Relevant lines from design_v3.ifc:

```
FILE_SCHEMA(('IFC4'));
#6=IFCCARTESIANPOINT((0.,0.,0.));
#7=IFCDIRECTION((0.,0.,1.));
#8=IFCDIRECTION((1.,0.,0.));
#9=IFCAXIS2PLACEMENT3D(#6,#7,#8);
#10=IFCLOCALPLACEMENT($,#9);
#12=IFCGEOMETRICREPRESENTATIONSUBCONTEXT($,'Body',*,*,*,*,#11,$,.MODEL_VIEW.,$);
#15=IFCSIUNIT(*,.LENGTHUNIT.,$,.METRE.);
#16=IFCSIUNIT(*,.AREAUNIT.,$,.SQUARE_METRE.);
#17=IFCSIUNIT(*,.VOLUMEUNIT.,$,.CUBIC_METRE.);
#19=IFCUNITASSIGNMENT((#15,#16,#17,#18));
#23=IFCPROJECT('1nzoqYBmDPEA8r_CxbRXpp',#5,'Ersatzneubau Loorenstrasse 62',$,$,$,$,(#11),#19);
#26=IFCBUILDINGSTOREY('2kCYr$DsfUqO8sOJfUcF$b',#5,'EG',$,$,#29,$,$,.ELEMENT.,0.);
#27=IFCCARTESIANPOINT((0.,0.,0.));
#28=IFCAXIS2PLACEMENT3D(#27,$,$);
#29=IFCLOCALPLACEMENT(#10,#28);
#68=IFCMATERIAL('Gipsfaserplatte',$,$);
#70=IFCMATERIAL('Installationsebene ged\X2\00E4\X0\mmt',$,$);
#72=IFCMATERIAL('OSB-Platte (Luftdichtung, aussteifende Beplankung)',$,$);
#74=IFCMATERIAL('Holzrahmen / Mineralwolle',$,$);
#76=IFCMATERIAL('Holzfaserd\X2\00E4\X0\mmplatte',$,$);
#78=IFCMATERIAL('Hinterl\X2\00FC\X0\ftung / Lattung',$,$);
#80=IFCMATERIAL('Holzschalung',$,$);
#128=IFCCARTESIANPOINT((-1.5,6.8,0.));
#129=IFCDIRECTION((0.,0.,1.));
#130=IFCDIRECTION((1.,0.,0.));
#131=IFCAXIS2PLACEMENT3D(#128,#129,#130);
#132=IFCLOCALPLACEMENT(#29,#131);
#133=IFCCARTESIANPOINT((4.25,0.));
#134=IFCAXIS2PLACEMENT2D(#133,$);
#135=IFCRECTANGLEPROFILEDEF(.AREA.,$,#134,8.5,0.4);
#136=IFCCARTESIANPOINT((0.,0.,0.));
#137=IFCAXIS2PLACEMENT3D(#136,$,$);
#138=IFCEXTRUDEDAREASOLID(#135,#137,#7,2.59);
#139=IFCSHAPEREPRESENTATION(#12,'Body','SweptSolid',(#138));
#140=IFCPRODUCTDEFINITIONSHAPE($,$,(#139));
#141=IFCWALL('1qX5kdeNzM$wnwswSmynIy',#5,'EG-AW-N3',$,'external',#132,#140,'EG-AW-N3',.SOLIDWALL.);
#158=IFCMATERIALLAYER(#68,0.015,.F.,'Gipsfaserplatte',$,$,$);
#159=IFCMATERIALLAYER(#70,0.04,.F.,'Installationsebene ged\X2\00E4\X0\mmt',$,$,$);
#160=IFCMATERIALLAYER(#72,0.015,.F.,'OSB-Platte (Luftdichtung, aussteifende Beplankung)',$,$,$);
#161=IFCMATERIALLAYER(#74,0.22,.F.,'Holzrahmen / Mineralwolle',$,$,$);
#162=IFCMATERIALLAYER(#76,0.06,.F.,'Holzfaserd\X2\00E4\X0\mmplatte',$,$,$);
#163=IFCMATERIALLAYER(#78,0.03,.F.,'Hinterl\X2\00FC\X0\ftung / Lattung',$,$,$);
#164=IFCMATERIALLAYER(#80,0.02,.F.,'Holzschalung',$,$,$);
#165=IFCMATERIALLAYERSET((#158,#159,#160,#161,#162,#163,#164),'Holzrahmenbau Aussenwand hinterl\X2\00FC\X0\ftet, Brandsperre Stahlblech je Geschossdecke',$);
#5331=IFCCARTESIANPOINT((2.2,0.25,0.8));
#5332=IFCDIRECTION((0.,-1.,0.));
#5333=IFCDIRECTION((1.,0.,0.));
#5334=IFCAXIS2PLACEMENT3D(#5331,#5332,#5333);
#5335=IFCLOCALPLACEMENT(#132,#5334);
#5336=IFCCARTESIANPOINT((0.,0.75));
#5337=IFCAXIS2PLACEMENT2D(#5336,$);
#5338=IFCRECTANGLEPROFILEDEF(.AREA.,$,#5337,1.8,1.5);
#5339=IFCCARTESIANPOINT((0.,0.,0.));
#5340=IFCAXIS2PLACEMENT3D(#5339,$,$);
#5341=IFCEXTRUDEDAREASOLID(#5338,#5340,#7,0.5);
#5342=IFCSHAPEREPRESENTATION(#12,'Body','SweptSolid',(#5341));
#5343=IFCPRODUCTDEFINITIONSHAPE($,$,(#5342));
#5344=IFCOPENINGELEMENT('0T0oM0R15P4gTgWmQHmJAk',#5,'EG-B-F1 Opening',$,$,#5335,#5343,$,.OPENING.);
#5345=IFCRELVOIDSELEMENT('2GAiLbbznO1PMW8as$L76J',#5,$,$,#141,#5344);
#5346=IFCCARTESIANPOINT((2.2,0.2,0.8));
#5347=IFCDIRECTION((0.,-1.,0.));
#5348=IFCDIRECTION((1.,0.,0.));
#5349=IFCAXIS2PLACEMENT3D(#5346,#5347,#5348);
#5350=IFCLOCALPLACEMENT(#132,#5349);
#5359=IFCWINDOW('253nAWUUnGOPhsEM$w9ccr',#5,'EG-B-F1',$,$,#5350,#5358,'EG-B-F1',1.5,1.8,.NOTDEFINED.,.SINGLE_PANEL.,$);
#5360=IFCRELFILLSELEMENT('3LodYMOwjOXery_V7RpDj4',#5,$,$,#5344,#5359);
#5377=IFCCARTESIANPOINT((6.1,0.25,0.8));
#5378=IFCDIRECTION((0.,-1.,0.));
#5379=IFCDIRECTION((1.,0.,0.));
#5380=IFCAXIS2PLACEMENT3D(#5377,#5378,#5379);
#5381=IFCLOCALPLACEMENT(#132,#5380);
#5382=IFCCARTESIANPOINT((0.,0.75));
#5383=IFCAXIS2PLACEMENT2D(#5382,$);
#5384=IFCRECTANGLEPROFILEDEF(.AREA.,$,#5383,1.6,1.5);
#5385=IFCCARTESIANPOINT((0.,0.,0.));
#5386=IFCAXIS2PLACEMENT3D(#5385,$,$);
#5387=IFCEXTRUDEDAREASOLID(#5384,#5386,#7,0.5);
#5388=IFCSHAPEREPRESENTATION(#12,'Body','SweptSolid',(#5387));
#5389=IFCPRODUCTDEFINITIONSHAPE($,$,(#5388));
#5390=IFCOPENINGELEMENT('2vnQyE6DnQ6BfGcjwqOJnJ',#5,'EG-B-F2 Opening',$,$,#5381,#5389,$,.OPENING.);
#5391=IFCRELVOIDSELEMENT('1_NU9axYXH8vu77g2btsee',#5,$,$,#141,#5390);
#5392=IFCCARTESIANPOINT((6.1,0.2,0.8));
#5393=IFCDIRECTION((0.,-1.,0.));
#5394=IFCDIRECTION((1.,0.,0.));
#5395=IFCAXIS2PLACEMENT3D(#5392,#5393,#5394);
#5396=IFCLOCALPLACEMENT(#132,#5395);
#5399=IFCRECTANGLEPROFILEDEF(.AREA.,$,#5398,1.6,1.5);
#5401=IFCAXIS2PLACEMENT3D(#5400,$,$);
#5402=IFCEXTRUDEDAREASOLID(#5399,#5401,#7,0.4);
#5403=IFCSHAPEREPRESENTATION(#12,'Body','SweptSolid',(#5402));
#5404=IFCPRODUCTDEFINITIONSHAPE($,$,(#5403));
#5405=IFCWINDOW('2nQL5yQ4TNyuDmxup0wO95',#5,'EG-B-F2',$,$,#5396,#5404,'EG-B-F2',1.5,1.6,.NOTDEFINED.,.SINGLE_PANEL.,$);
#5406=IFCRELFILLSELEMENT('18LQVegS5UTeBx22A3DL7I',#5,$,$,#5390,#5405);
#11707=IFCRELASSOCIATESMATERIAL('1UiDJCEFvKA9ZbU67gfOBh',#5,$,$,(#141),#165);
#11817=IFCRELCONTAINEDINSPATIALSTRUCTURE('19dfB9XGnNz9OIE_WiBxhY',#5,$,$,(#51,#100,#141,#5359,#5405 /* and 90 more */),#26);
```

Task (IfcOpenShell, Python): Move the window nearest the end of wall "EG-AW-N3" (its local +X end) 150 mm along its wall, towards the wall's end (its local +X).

```python
import ifcopenshell
import ifcopenshell.api.geometry
import ifcopenshell.util.placement
import ifcopenshell.util.unit

model = ifcopenshell.open("design_v3.ifc")
unit_scale = ifcopenshell.util.unit.calculate_unit_scale(model)

window = model.by_guid("2nQL5yQ4TNyuDmxup0wO95")
opening = window.FillsVoids[0].RelatingOpeningElement
wall = opening.VoidsElements[0].RelatingBuildingElement

wall_matrix = ifcopenshell.util.placement.get_local_placement(wall.ObjectPlacement)
shift = wall_matrix[:3, 0] * 0.15 / unit_scale
before = ifcopenshell.util.placement.get_local_placement(window.ObjectPlacement)[:3, 3].copy()

# The window is not placed relative to its opening, so move both.
for product in (opening, window):
    matrix = ifcopenshell.util.placement.get_local_placement(product.ObjectPlacement)
    matrix[:3, 3] += shift
    ifcopenshell.api.geometry.edit_object_placement(model, product=product, matrix=matrix, is_si=False)

after = ifcopenshell.util.placement.get_local_placement(window.ObjectPlacement)[:3, 3]
print("window moved by", (after - before).round(3) + 0.0)

model.write("design_v3-out.ifc")
```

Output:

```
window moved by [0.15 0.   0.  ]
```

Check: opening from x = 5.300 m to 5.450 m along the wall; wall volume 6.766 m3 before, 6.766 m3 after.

▶ **EXERCISE DIRECTIONS**:
How many lines of the entries above include the word "Holzfaserd"? Reply with the number alone.

▶ **SOLUTION TO THE PROBLEM**:
2